### Goal of the exercise
Only lines holding "BEDROOM" are needed; copy each of them from the data below.

[Stored data]
:::::
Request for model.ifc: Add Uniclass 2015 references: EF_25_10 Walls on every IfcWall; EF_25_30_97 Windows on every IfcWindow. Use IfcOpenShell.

First a look at what the model holds.

```python
import ifcopenshell

model = ifcopenshell.open("model.ifc")
print(model.schema)
print("classifications:", [c.Name for c in model.by_type("IfcClassification")])
for ifc_class in ("IfcDoor", "IfcRoof", "IfcStair", "IfcWall", "IfcWindow"):
    print(ifc_class, len(model.by_type(ifc_class)))
```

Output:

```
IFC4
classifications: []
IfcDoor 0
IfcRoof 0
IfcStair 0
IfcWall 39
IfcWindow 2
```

```python
import ifcopenshell
import ifcopenshell.api.classification

model = ifcopenshell.open("model.ifc")

system = ifcopenshell.api.classification.add_classification(model, classification="Uniclass 2015")

codes = {
    "IfcWall": ("EF_25_10", "Walls"),
    "IfcWindow": ("EF_25_30_97", "Windows"),
}
for ifc_class, (code, name) in codes.items():
    products = model.by_type(ifc_class)
    ifcopenshell.api.classification.add_reference(
        model, products=products, classification=system, identification=code, name=name
    )
    print(code, len(products))

model.write("model_updated.ifc")
```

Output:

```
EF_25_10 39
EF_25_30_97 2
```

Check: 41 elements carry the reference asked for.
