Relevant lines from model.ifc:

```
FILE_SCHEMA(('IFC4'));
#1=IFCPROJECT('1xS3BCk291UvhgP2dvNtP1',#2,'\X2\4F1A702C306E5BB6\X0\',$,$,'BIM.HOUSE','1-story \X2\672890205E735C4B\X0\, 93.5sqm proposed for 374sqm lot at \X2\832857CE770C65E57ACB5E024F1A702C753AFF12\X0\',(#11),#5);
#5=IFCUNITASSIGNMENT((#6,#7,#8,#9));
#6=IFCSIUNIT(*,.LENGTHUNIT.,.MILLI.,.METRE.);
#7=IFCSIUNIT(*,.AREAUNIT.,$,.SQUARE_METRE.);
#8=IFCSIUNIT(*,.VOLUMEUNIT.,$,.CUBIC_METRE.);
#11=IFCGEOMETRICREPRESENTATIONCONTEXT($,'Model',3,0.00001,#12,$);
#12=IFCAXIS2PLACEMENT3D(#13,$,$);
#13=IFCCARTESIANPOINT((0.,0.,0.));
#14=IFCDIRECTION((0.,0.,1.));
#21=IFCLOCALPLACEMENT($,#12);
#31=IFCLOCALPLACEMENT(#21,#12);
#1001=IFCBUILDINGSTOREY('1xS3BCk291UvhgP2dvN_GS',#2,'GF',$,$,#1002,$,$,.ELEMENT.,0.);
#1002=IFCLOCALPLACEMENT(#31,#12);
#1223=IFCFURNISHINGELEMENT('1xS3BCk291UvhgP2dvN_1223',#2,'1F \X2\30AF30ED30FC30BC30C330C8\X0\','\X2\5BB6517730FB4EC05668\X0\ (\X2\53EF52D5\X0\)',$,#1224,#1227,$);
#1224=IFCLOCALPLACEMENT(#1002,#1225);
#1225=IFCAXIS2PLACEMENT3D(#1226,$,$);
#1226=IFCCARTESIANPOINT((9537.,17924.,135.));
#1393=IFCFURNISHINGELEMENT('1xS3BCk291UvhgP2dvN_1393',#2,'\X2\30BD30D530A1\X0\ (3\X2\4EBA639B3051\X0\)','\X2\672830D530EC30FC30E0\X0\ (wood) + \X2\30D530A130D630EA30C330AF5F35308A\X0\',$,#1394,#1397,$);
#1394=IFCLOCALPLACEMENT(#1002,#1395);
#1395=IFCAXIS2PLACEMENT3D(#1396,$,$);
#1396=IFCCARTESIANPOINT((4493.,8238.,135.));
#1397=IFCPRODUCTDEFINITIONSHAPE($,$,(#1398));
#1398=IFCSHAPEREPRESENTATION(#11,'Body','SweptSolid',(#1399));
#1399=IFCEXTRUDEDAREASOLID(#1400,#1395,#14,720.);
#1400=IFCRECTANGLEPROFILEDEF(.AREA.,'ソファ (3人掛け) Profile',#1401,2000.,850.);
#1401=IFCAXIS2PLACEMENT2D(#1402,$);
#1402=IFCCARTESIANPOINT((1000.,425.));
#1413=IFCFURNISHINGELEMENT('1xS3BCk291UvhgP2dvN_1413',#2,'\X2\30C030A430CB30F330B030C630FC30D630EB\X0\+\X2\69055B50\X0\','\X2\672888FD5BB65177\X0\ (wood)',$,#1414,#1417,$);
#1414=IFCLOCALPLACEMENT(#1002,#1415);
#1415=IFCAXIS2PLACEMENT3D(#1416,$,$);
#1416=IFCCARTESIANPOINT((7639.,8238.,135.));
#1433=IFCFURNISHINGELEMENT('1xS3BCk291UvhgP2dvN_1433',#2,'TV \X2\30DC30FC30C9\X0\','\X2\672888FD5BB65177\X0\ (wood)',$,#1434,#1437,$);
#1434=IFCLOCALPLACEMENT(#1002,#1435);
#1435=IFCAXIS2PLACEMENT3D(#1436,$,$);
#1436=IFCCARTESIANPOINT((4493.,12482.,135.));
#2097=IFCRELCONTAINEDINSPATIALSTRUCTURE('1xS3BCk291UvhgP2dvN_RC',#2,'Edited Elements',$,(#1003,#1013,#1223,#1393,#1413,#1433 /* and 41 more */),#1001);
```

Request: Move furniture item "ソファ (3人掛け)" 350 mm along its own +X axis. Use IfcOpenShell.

```python
import ifcopenshell
import ifcopenshell.api.geometry
import ifcopenshell.util.placement

model = ifcopenshell.open("model.ifc")

item = model.by_guid("1xS3BCk291UvhgP2dvN_1393")
matrix = ifcopenshell.util.placement.get_local_placement(item.ObjectPlacement)
matrix[:3, 3] += matrix[:3, 0] * 350.0
ifcopenshell.api.geometry.edit_object_placement(model, product=item, matrix=matrix, is_si=False)

print(ifcopenshell.util.placement.get_local_placement(item.ObjectPlacement).round(3) + 0.0)

model.write("model_rev.ifc")
```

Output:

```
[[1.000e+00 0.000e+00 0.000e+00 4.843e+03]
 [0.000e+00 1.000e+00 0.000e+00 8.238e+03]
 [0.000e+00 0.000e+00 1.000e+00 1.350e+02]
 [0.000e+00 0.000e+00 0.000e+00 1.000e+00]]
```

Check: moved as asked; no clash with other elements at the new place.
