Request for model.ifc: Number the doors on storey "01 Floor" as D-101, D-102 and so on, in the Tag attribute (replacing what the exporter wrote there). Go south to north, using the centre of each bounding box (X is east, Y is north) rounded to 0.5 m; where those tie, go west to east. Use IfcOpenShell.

First a look at what the model holds.

```python
import ifcopenshell
import ifcopenshell.util.element
import ifcopenshell.util.placement

model = ifcopenshell.open("model.ifc")
print(model.schema)
storey = next(s for s in model.by_type("IfcBuildingStorey") if s.Name == "01 Floor")
doors = [e for e in ifcopenshell.util.element.get_decomposition(storey) if e.is_a("IfcDoor")]
for e in sorted(doors, key=lambda e: e.id()):
    origin = ifcopenshell.util.placement.get_local_placement(e.ObjectPlacement)[:3, 3]
    print(e.id(), e.Tag, e.Name, origin.round(2) + 0.0, sep=" | ")
```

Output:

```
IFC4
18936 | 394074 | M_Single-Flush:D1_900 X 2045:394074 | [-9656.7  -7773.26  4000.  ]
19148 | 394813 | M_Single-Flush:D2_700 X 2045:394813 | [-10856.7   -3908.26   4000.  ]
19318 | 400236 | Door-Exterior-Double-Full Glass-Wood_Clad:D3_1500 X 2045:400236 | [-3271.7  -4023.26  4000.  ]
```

```python
import ifcopenshell
import ifcopenshell.geom
import ifcopenshell.util.element
import ifcopenshell.util.shape

model = ifcopenshell.open("model.ifc")
settings = ifcopenshell.geom.settings()
settings.set("use-world-coords", True)


def centre(element):
    shape = ifcopenshell.geom.create_shape(settings, element)
    return ifcopenshell.util.shape.get_bbox_centroid(shape.geometry)


storey = next(s for s in model.by_type("IfcBuildingStorey") if s.Name == "01 Floor")
doors = [e for e in ifcopenshell.util.element.get_decomposition(storey) if e.is_a("IfcDoor")]

# Insertion points can sit at a corner or the storey origin, so sort by the geometry (in metres).
centres = {e: centre(e) for e in doors}
doors.sort(key=lambda e: (round(centres[e][1] / 0.5), centres[e][0]))

for i, e in enumerate(doors, start=1):
    number = f"D-1{i:02d}"
    e.Tag = number
    print(e.id(), number)

model.write("model_rev.ifc")
```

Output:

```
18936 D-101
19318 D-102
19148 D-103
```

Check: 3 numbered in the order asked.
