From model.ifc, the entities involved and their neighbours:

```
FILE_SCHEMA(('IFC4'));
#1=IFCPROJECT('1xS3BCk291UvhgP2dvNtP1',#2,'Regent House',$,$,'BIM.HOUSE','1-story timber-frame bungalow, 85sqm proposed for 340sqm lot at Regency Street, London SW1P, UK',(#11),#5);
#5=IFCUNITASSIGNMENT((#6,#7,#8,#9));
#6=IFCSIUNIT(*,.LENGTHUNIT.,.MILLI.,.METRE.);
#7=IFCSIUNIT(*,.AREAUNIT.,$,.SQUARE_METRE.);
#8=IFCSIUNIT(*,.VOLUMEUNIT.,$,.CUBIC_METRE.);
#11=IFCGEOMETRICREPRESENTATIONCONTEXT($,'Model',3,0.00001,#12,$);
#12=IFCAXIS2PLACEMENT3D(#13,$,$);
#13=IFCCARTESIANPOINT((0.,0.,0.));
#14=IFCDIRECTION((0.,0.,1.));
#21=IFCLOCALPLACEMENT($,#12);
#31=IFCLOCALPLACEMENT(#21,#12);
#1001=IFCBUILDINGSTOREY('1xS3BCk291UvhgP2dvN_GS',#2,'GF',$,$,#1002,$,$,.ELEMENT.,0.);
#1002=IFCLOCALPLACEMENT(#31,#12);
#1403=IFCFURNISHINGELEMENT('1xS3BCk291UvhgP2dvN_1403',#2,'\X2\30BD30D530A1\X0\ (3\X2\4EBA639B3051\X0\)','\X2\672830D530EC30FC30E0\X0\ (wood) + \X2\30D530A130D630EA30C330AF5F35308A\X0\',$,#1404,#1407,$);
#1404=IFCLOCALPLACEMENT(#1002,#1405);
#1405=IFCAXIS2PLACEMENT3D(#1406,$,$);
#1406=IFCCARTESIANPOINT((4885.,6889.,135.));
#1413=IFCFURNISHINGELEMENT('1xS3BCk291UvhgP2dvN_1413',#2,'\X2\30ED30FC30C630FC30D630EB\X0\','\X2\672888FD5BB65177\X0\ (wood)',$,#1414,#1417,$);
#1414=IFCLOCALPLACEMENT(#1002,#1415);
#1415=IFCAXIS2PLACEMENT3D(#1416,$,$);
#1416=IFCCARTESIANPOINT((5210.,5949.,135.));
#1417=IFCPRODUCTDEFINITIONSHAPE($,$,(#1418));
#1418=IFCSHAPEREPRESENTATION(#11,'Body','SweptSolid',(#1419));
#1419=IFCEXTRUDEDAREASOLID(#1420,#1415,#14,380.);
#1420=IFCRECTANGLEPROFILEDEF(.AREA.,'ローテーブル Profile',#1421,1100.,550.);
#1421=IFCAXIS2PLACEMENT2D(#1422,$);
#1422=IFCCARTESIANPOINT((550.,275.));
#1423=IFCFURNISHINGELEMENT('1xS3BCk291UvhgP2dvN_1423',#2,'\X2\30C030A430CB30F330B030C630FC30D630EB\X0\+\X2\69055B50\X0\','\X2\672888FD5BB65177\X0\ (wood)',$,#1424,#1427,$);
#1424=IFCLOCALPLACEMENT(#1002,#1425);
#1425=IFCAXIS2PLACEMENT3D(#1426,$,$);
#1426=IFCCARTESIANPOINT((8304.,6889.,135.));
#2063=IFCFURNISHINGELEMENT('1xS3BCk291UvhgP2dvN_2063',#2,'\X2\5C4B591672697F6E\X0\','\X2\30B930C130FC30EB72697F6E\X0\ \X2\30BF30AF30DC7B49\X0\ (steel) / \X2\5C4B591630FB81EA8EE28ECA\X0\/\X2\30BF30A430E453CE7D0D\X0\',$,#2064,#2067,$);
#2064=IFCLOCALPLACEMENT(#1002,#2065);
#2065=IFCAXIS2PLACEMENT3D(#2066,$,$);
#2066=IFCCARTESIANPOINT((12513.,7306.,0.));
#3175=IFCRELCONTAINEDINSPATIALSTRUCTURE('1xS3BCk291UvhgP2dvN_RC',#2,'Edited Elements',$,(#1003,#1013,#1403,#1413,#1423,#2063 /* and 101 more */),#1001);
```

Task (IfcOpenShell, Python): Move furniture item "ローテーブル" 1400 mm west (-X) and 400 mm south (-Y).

```python
import ifcopenshell
import ifcopenshell.api.geometry
import ifcopenshell.util.placement

model = ifcopenshell.open("model.ifc")

item = model.by_guid("1xS3BCk291UvhgP2dvN_1413")
matrix = ifcopenshell.util.placement.get_local_placement(item.ObjectPlacement)
matrix[0, 3] -= 1400.0
matrix[1, 3] -= 400.0
ifcopenshell.api.geometry.edit_object_placement(model, product=item, matrix=matrix, is_si=False)

print(ifcopenshell.util.placement.get_local_placement(item.ObjectPlacement).round(3) + 0.0)

model.write("model_v2.ifc")
```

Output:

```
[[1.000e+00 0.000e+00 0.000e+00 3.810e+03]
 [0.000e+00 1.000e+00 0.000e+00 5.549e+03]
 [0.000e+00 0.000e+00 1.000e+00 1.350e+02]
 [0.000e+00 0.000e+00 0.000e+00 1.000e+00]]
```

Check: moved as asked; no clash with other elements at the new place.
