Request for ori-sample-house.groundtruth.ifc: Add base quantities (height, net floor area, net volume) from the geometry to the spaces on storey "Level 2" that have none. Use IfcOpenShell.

First a look at what the model holds.

```python
import ifcopenshell
import ifcopenshell.util.element
import ifcopenshell.util.unit

model = ifcopenshell.open("ori-sample-house.groundtruth.ifc")
print(model.schema)
for unit_type in ("LENGTHUNIT", "AREAUNIT", "VOLUMEUNIT"):
    print(unit_type, ifcopenshell.util.unit.calculate_unit_scale(model, unit_type))
storey = next(s for s in model.by_type("IfcBuildingStorey") if s.Name == "Level 2")
spaces = [e for e in ifcopenshell.util.element.get_decomposition(storey) if e.is_a("IfcSpace")]
for e in sorted(spaces, key=lambda e: e.id()):
    print(e.id(), e.is_a(), e.Name, list(ifcopenshell.util.element.get_psets(e, qtos_only=True)), sep=" | ")
```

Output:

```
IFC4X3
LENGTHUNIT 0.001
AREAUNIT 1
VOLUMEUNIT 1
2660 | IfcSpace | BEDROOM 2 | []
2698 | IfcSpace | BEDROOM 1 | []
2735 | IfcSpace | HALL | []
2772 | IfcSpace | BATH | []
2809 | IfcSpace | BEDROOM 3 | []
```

```python
import ifcopenshell
import ifcopenshell.api.pset
import ifcopenshell.geom
import ifcopenshell.util.element
import ifcopenshell.util.shape
import ifcopenshell.util.unit

model = ifcopenshell.open("ori-sample-house.groundtruth.ifc")
unit_scale = ifcopenshell.util.unit.calculate_unit_scale(model)
area_scale = ifcopenshell.util.unit.calculate_unit_scale(model, "AREAUNIT")
volume_scale = ifcopenshell.util.unit.calculate_unit_scale(model, "VOLUMEUNIT")
settings = ifcopenshell.geom.settings()

storey = next(s for s in model.by_type("IfcBuildingStorey") if s.Name == "Level 2")
spaces = [e for e in ifcopenshell.util.element.get_decomposition(storey) if e.is_a("IfcSpace")]

for e in sorted(spaces, key=lambda e: e.id()):
    if ifcopenshell.util.element.get_psets(e, qtos_only=True, should_inherit=False):
        continue
    # Geometry comes back in metres, in the element's own axes.
    shape = ifcopenshell.geom.create_shape(settings, e)
    values = {
        "Height": ifcopenshell.util.shape.get_z(shape.geometry) / unit_scale,
        "NetFloorArea": ifcopenshell.util.shape.get_footprint_area(shape.geometry) / area_scale,
        "NetVolume": ifcopenshell.util.shape.get_volume(shape.geometry) / volume_scale,
    }
    qto = ifcopenshell.api.pset.add_qto(model, product=e, name="Qto_SpaceBaseQuantities")
    ifcopenshell.api.pset.edit_qto(model, qto=qto, properties=values)
    print(e.id(), {k: round(v, 3) for k, v in values.items()})

model.write("ori-sample-house.groundtruth_updated.ifc")
```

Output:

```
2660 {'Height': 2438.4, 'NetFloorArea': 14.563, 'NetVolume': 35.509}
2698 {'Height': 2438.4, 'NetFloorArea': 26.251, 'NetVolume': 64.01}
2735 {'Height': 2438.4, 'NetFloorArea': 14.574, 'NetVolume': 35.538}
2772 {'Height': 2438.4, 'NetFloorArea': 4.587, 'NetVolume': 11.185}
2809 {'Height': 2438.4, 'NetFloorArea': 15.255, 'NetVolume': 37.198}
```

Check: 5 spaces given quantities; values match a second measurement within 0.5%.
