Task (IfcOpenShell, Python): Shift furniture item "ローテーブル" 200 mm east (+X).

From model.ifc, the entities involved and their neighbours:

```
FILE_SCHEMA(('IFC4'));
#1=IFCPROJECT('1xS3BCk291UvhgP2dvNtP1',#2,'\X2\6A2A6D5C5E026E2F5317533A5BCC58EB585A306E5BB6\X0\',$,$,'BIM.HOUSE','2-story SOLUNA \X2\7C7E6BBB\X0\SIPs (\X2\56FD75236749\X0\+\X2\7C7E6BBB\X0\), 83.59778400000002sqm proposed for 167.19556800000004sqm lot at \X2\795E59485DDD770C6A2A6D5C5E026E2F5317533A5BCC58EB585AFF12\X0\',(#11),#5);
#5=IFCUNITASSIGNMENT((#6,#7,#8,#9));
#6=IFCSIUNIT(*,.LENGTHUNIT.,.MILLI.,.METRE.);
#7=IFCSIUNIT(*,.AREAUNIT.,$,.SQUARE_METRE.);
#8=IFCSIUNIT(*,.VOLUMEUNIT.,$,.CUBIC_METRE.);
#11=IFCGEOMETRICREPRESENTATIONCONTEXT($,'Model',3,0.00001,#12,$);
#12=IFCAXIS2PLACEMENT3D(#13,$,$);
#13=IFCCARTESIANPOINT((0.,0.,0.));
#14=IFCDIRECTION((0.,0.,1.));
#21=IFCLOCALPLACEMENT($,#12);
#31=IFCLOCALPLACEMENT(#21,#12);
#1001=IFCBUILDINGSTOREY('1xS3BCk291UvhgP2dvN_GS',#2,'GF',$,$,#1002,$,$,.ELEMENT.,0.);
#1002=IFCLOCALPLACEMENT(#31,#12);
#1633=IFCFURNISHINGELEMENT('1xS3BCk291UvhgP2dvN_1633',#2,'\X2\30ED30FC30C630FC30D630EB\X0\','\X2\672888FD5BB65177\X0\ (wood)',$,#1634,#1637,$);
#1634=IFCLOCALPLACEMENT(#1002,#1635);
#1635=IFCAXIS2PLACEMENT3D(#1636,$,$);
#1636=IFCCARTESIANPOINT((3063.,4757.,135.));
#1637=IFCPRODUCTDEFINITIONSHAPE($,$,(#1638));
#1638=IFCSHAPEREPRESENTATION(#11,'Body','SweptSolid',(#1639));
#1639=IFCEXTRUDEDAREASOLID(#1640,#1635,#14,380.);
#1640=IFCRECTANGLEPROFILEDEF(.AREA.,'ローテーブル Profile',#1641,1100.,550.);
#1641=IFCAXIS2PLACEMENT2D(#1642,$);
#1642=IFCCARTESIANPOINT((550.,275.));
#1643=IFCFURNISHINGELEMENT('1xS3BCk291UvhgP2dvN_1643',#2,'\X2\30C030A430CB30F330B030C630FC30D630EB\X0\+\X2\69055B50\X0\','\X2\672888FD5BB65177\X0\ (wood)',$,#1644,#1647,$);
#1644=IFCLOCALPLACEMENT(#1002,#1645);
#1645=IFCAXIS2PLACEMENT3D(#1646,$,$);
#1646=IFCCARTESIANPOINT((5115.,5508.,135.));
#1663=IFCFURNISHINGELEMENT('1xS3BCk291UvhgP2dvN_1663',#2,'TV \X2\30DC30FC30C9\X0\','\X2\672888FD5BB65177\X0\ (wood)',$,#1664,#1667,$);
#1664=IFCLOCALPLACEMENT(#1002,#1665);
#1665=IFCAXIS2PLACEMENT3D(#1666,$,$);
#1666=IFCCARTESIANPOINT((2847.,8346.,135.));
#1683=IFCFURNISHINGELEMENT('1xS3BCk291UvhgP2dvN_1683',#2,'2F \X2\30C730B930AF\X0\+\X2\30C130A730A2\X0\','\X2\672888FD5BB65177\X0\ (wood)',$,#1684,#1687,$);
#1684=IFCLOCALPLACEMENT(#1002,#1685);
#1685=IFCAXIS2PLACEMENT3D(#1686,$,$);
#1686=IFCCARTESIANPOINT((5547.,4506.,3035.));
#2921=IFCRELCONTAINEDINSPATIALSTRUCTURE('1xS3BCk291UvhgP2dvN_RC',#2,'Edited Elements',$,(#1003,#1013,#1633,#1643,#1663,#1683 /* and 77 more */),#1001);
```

```python
import ifcopenshell
import ifcopenshell.api.geometry
import ifcopenshell.util.placement
import ifcopenshell.util.unit

model = ifcopenshell.open("model.ifc")
unit_scale = ifcopenshell.util.unit.calculate_unit_scale(model)

item = model.by_guid("1xS3BCk291UvhgP2dvN_1633")
matrix = ifcopenshell.util.placement.get_local_placement(item.ObjectPlacement)
matrix[0, 3] += 0.2 / unit_scale
ifcopenshell.api.geometry.edit_object_placement(model, product=item, matrix=matrix, is_si=False)

print(ifcopenshell.util.placement.get_local_placement(item.ObjectPlacement).round(3) + 0.0)

model.write("model_updated.ifc")
```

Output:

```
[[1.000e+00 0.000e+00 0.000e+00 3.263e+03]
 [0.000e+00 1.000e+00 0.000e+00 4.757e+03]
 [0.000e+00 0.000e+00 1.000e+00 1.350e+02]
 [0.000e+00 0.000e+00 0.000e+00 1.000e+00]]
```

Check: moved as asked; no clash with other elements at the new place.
:::::
### Task answer
2660 | IfcSpace | BEDROOM 2 | []
2698 | IfcSpace | BEDROOM 1 | []
2809 | IfcSpace | BEDROOM 3 | []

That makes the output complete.